= Robin Legge =

English music critic (1862–1933)

Robin Humphrey Legge (28 June 1862 – 6 April 1933) was an English music writer, the chief music critic of The Daily Telegraph between 1906 and 1931, often writing under the pen name Musicus.

==Education==
Born in Bishop's Castle, Shropshire, Legge read law at Trinity Hall, Cambridge and then went abroad to study music and languages in Leipzig, Frankfurt, Florence and Munich. While in Europe he encountered many prominent composers and musicians including Edvard Grieg, Frederick Delius, Percy Grainger, Raimund Mühlen, Arthur Nikisch (to whom he taught English), Ethel Smyth and Julius Stockhausen.

==Music critic==
From 1891 to 1906 he worked as assistant music critic for The Times, under chief music critic J A Fuller Maitland. During this time he also wrote for the Daily Mail, Life, and acted as Chess Editor of The Daily Courier. He joined The Daily Telegraph in 1906 as chief music critic, succeeding Joseph Bennett, and stayed there until his retirement in 1931, establishing the paper's Saturday music page. At the Daily Telegraph, Legge showed a much more progressive outlook than had been possible while he worked for the highly conservative Fuller Maitland. In 1908 he initiated a regular column, 'Music of the Day', to promote interest in contemporary music. He was one of the first to recognise the genius of Edward Elgar, acknowledged Puccini when he was unfashionable, and took the early days of the gramophone seriously.
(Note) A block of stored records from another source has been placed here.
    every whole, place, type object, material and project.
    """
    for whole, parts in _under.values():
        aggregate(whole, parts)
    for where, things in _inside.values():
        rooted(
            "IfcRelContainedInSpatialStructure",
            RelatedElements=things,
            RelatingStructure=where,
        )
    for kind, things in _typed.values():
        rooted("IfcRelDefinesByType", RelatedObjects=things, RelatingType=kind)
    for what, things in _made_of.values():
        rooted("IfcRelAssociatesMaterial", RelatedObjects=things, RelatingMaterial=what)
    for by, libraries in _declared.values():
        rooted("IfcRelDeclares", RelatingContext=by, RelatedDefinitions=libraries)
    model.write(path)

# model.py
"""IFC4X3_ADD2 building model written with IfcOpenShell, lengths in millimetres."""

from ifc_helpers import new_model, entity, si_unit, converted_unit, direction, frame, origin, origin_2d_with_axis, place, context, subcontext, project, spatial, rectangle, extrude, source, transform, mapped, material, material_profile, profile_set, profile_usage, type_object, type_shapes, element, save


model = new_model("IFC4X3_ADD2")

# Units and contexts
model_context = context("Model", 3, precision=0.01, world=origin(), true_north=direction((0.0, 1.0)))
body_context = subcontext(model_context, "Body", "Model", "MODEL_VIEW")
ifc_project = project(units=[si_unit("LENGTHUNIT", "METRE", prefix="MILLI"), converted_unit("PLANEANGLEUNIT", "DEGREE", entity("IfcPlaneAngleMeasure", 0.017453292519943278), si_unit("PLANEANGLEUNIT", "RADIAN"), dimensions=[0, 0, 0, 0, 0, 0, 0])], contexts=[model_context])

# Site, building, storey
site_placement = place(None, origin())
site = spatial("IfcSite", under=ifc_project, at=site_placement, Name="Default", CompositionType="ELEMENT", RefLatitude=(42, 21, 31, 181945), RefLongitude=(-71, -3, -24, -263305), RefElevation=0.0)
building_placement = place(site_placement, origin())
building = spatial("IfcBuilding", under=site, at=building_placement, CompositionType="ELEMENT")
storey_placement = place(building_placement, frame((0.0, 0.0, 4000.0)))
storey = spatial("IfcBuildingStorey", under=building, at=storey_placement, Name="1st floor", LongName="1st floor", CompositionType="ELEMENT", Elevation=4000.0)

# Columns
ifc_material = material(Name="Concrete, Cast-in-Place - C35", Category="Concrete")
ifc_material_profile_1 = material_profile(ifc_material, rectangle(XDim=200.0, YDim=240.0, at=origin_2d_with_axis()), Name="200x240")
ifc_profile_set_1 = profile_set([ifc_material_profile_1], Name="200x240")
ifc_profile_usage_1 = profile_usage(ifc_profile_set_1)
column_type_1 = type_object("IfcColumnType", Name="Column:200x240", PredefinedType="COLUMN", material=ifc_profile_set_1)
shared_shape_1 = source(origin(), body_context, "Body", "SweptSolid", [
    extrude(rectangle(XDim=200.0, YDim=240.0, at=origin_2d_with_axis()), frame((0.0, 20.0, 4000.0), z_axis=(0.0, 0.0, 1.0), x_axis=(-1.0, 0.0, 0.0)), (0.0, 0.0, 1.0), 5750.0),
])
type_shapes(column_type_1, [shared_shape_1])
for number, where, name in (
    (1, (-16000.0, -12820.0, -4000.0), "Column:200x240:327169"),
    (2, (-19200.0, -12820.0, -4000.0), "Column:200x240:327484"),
Legge was a sociable and humorous man who enjoyed billiards (which he played on occasion with Compton Mackenzie) and chess, and was an active member of the Savile Club. In 1926 Basil Maine produced a character sketch of Legge in his Musical Times column, in which he recalled that Legge's office, at the back of a building in Piccadilly, was a hub of the musical community in London during the 1920s. "He is visited there by all sorts and conditions – performers, composers, critics, agents, teachers, people with new ideas and people with old grievances". Legge, said Maine, "has striven for an amicable relationship between journalism and musical activity". H. C. Colles wrote that Legge had "stimulated the general reader's interest in music and musicians to an uncommon extent".

==Other activities==
Translations of musical texts include Wallaschek’s (now controversial) Die Musik der Naturvölker, published as Primitive Music in 1893, Hofmann’s Instrumentationslehre (1893), and A. Ehrlich's Celebrated Violinists, Past and Present (1897). As an author, Legge wrote (with W E Hansell) the Annals of the Norfolk and Norwich Triennial Music Festivals (1896), and contributed articles to the Dictionary of National Biography and Grove's Dictionary of Music. He was the editor of the Norfolk Cricket Annual for a decade and published many chess problems. Legge was also an occasional composer: his Romance for cello and piano, marked Op.1 No 1, was published by Schott in 1904.

At the end of his life his address was 33 Oakley Street in Chelsea. He married Aimee Prior Standen (1867–1937) and there was one daughter, Ida Gwendolen (1887–1969). Ida married Henry Burton Tate (of the sugar merchant family) in 1909, but later divorced him. She then married Edward Thomas Walhouse Littleton, 5th Baron Hatherton in 1925 and became Lady Hatherton.